The Neglect of Intellectual Life in World Affairs

It is reported that in the next volume of Bethmann-Hollweg's posthumous “Reflections on the World War”, the sentence “With a European chaos, the age of freedom and justice begins, which our opponents have promised the world.” It took only one world war to bring personalities who, through their position in European public life, could have had as much influence as Bethmann-Hollweg, into a line of thought as indicated in this sentence. When he wrote this sentence, Bethmann-Hollweg had long since been deprived of power.

The conditions in the life of the nations of Europe did not come into being only as a result of the World War. They were there before it. They caused it. They only gained the opportunity to come to fruition through it.

The leading personalities of public life were not able to prevent the terrible catastrophe because they did not want to see the forces at work in the lives of nations. They based their thinking on the external balance of power; and real life was rooted in the spiritual conditions of the nations.

A ray of hope in this chaos cannot arise until the insight matures that without an understanding of the soul life of nations, public affairs cannot be brought into a healthy course.

The eyes of those who are thinking of the Washington Conference are now turned towards the Far East, towards Japan. But again, these eyes are only attracted by the external means of power. What should be done in relation to Japan in order to be able to represent Western economic interests in China and Siberia in a satisfactory manner, is what is being asked.

That is indeed the question. For these economic interests do exist, and Western life cannot continue if they cannot be satisfied. But suppose they are steered in some direction only by the means we are considering today. What must happen?

Japan is at present in a certain respect the outpost of Asiatic life. It has to the greatest extent externally adopted European forms in this life. Through alliances, treaties and so forth, it can be treated politically in the way that one has become accustomed to in the West.

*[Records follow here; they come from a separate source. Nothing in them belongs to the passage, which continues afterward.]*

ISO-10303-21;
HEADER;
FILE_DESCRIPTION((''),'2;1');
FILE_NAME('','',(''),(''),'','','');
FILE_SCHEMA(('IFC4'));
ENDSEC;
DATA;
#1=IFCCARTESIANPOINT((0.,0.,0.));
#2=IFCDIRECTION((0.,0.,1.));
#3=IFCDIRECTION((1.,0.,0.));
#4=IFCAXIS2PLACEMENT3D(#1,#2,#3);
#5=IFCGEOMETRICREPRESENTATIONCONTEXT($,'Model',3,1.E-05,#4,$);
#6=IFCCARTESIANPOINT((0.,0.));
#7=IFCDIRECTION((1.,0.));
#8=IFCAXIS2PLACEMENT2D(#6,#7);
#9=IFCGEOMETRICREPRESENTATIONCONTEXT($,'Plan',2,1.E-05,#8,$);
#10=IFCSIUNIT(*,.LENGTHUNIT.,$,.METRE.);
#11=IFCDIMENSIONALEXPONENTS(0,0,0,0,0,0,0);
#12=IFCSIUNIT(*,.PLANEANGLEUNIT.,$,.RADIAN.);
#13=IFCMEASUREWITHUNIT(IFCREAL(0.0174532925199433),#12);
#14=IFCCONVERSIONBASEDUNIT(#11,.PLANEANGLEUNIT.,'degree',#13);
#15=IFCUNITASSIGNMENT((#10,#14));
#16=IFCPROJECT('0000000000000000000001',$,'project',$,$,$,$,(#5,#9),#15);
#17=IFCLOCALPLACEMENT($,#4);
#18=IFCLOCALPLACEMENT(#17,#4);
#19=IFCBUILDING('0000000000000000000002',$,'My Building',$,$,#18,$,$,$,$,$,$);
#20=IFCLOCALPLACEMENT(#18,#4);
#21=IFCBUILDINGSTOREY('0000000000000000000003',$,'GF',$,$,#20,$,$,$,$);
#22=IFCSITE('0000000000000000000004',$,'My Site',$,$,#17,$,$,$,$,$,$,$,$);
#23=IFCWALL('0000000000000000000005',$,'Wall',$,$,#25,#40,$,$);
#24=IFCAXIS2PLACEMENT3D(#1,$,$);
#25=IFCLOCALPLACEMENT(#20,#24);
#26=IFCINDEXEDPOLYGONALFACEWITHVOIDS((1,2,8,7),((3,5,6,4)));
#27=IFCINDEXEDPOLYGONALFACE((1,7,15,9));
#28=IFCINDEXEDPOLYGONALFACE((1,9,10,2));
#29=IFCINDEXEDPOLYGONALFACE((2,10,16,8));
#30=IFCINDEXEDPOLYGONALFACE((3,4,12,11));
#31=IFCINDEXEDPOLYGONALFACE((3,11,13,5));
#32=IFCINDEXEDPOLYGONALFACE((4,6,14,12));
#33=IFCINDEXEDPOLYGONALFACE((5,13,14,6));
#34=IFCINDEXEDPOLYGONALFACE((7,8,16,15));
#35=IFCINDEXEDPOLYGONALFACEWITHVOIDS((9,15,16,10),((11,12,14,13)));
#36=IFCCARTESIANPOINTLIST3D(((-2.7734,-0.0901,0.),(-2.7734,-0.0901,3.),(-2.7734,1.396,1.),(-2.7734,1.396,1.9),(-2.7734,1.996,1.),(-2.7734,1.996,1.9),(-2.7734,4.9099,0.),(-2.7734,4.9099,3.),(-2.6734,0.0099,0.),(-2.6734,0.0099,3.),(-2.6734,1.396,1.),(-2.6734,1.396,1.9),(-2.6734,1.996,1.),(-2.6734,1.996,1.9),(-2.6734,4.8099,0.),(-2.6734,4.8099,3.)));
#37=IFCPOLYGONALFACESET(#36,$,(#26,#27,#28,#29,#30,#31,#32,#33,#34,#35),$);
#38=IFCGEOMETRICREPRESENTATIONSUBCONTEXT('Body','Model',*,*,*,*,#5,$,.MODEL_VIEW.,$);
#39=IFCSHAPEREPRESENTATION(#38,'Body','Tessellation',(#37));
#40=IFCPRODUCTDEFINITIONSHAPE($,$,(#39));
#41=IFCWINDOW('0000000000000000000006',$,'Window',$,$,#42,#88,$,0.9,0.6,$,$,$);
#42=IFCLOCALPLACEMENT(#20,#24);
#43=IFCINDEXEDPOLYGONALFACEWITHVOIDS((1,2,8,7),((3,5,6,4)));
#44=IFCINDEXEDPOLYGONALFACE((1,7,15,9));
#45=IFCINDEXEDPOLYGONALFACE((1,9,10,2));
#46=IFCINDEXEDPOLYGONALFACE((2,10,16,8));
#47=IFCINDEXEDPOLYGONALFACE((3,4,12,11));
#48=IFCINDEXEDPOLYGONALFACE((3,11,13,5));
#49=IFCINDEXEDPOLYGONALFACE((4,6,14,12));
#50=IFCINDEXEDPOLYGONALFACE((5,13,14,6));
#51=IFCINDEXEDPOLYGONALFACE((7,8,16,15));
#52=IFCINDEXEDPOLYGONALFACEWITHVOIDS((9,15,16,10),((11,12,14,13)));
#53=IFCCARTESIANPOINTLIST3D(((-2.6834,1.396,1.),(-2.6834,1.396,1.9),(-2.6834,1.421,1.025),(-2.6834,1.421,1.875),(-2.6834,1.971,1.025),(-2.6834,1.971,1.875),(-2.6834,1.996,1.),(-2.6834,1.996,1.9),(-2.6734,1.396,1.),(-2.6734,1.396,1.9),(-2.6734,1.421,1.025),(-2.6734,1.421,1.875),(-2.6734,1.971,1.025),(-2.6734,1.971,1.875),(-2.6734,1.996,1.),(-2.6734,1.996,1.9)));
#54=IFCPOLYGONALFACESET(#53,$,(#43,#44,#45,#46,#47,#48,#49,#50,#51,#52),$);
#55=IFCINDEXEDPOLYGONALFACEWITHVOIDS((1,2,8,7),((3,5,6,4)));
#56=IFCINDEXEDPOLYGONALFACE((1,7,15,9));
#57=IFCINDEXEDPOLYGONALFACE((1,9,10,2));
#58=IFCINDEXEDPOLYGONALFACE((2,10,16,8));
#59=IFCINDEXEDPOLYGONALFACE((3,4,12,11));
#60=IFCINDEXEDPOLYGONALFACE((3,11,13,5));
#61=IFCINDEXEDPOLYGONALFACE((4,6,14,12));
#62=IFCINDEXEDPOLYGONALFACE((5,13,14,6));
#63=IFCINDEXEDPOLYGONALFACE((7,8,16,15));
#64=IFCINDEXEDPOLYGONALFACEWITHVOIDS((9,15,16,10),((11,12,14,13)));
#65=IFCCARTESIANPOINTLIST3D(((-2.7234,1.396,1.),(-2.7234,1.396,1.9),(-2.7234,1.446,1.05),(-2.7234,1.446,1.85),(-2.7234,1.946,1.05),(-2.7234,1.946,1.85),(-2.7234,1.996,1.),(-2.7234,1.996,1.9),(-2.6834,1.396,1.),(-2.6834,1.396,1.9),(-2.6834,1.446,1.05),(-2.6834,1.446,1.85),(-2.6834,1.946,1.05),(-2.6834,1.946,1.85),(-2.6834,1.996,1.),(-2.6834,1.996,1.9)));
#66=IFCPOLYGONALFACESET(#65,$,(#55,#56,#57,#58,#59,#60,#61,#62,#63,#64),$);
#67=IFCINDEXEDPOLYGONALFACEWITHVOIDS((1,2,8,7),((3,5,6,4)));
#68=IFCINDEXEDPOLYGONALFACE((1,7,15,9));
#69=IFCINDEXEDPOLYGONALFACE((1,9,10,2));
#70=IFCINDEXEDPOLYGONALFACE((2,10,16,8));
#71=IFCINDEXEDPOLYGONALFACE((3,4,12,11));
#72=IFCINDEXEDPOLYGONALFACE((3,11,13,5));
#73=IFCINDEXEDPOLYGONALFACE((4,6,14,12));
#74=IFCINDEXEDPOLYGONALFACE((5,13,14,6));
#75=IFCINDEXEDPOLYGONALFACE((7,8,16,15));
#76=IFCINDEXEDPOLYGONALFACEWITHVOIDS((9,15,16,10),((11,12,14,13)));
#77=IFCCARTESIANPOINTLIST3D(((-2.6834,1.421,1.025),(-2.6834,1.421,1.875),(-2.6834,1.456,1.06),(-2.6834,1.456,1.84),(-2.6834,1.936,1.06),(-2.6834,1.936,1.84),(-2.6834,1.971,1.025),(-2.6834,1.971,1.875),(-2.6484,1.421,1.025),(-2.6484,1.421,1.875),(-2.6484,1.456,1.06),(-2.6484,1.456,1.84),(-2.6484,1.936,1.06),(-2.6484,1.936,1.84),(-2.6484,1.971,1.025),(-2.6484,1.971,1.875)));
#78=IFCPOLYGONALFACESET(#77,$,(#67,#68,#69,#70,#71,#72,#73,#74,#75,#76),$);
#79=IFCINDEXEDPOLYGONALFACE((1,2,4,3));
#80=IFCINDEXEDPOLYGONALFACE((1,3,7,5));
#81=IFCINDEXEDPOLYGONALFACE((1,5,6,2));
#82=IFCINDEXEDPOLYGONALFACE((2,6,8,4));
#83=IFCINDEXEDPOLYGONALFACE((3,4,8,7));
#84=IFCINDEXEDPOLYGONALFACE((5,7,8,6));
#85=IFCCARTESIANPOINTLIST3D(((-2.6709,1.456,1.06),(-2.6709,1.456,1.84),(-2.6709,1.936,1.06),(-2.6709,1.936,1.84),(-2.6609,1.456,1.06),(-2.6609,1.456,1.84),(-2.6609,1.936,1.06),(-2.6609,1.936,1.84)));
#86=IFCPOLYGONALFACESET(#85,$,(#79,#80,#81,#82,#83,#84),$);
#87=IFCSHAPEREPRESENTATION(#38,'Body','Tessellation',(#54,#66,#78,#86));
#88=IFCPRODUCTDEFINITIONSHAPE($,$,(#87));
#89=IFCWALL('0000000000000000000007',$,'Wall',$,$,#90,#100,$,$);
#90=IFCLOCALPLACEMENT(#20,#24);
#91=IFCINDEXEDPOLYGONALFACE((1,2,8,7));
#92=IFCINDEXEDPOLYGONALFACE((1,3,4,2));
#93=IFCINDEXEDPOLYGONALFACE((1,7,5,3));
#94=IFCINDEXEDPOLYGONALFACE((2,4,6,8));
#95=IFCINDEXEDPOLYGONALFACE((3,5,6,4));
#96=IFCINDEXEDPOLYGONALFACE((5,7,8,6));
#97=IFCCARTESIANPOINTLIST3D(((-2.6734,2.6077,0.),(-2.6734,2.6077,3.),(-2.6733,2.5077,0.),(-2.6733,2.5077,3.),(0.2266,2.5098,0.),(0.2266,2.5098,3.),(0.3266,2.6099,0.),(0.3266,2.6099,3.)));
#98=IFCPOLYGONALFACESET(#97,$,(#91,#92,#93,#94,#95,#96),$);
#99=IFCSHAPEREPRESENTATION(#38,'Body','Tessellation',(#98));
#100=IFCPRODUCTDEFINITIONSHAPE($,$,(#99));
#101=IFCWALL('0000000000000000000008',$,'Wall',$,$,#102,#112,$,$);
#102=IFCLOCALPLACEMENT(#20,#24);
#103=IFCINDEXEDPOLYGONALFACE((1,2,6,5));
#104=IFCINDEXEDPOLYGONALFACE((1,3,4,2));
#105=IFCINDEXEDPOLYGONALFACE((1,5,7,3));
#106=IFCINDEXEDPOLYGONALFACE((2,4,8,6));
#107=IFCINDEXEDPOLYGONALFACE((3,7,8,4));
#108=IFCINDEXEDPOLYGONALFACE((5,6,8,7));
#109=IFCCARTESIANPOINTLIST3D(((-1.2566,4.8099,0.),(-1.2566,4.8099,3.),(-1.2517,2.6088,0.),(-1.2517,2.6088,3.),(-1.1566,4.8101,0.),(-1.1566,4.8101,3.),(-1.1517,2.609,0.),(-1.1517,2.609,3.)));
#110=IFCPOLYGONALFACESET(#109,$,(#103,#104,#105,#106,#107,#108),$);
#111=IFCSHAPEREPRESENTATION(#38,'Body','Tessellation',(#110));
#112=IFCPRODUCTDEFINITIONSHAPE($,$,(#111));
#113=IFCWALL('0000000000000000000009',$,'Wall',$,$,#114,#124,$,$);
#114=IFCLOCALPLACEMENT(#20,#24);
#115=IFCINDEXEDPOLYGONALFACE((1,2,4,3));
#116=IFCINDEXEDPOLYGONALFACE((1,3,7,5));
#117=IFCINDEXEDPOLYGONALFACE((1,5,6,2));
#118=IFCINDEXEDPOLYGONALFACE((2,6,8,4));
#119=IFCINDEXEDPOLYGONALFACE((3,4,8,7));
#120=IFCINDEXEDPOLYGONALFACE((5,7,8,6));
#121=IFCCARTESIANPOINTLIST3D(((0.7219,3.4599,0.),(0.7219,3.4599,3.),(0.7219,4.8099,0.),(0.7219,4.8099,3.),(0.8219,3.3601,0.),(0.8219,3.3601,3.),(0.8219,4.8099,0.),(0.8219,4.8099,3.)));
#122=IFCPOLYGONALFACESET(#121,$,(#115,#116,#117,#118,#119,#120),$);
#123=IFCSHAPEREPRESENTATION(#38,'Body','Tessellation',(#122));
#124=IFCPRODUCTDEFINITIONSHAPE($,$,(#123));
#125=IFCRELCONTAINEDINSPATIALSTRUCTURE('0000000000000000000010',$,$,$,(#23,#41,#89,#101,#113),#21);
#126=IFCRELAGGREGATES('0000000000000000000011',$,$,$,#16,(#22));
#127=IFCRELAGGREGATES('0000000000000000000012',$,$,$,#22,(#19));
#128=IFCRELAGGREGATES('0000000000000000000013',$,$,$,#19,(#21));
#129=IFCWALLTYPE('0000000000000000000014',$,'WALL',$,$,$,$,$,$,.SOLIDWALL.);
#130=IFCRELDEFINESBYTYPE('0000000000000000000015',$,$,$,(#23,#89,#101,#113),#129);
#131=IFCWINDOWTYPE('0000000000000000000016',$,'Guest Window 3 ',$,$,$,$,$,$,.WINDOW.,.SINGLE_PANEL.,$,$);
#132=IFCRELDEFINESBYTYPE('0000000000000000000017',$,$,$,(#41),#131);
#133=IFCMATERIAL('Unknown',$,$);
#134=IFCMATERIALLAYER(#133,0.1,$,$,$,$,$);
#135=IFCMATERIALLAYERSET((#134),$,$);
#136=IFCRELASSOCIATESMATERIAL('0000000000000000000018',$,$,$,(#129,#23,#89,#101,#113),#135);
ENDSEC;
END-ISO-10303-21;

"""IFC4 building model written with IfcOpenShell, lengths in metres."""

from ifc_helpers import new_model, entity, si_unit, converted_unit, frame, origin_with_axes, origin_2d_with_axis, place, context, subcontext, project, spatial, line, indexed_curve, outline, extrude, shape, source, transform, mapped, material, layer, layer_set, layer_usage, type_object, type_shapes, element, fill, save


model = new_model("IFC4")

# Units and contexts
model_context = context("Model", 3, precision=1e-05, world=origin_with_axes())
plan_context = context("Plan", 2, precision=1e-05, world=origin_2d_with_axis())
body_context_1 = subcontext(model_context, "Body", "Model", "MODEL_VIEW")
body_context_2 = subcontext(plan_context, "Body", "Plan", "PLAN_VIEW")
ifc_project = project(units=[si_unit("LENGTHUNIT", "METRE"), converted_unit("PLANEANGLEUNIT", "degree", entity("IfcReal", 0.0174532925199433), si_unit("PLANEANGLEUNIT", "RADIAN"), dimensions=[0, 0, 0, 0, 0, 0, 0])], contexts=[model_context, plan_context])

# Site, building, storey
site_placement = place(None, origin_with_axes())
site = spatial("IfcSite", under=ifc_project, at=site_placement, Name="My Site")
building_placement = place(site_placement, origin_with_axes())
building = spatial("IfcBuilding", under=site, at=building_placement, Name="My Building")
storey_placement = place(building_placement, origin_with_axes())
storey = spatial("IfcBuildingStorey", under=building, at=storey_placement, Name="GF")

# Shared definitions
ifc_material = material(Name="Unknown")

# Shared definitions
ifc_layer_1 = layer(ifc_material, 0.1)
ifc_layer_set_1 = layer_set([ifc_layer_1])
wall_type = type_object("IfcWallType", Name="WALL", PredefinedType="SOLIDWALL", material=ifc_layer_set_1)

But in terms of the national soul, it remains connected with the life of Asia as a whole.

Asia, however, has inherited an ancient spiritual life. This is more important to it than anything else. This spiritual life will flare up in mighty flames if the West creates conditions that cannot satisfy it. But the West believes it can organize these conditions for purely economic reasons. It will thus create the starting points for even more terrible catastrophes than the European war was.

The public affairs that now span the world cannot be conducted without the input of spiritual impulses. The peoples of Asia will respond sympathetically to the West if the West can bring them ideas that are universally human in character. These ideas speak of what man is in the context of the world, and how life should be socially organized in accordance with this cosmic context. When the East hears that the West has new knowledge about things of which the old traditions tell, but for which a dark feeling strives for renewal, then they will come to an understanding coexistence. If, however, the public work with such an impact continues to be regarded as the fantastic idea of impractical people, then the East will ultimately wage war against the West, despite the fact that people in Washington are talking about how wonderful it would be in the world if disarmament were to take place.

The West wants world peace in order to achieve its economic goals. The East will only embrace economic goals if the West has something of spiritual value to convey to it. The solution of the great world problems today depends on whether one is able to bring spiritual life into the right relationship to economic life.

This will not be possible as long as the spiritual life in our social organisms is not placed on its own free foundation. The West has the possibility of a lively spiritual development. It can extract a spiritual world view from the treasure it has accumulated through its scientific and technical way of thinking. But so far, only that which leads to a mechanistic-materialistic view has been taken from this treasure. Public thinking classified the spiritual with the economic in socio-public life. The free development of the spirit, which is strongly predisposed in the West, was hindered because the administration of spiritual affairs is intertwined with the other factors of social life. Individual people with higher spiritual interests relate to the East in such a way that they take over its ancient spiritual heritage and outwardly graft it onto the spiritual life of the West. Under such conditions, the “light from the East” is not only an indictment of the West. It is a terrible indictment. It means that the West feels so taken in by dark interests that it cannot see its own light.

The elevation of spiritual values in the West will determine whether humanity will master today's chaos or continue to err helplessly in it. As long as the will to do so is regarded as the utopian-mystical ravings of impractical people, chaos will continue. People will speak of peace but be unable to avert the causes of war. They will be forced to tremble for the fate of Europe when, as in these days, a single personality who formerly held power wants to regain such power. But it must be remembered that conditions are unhealthy in which such trepidation is possible at all.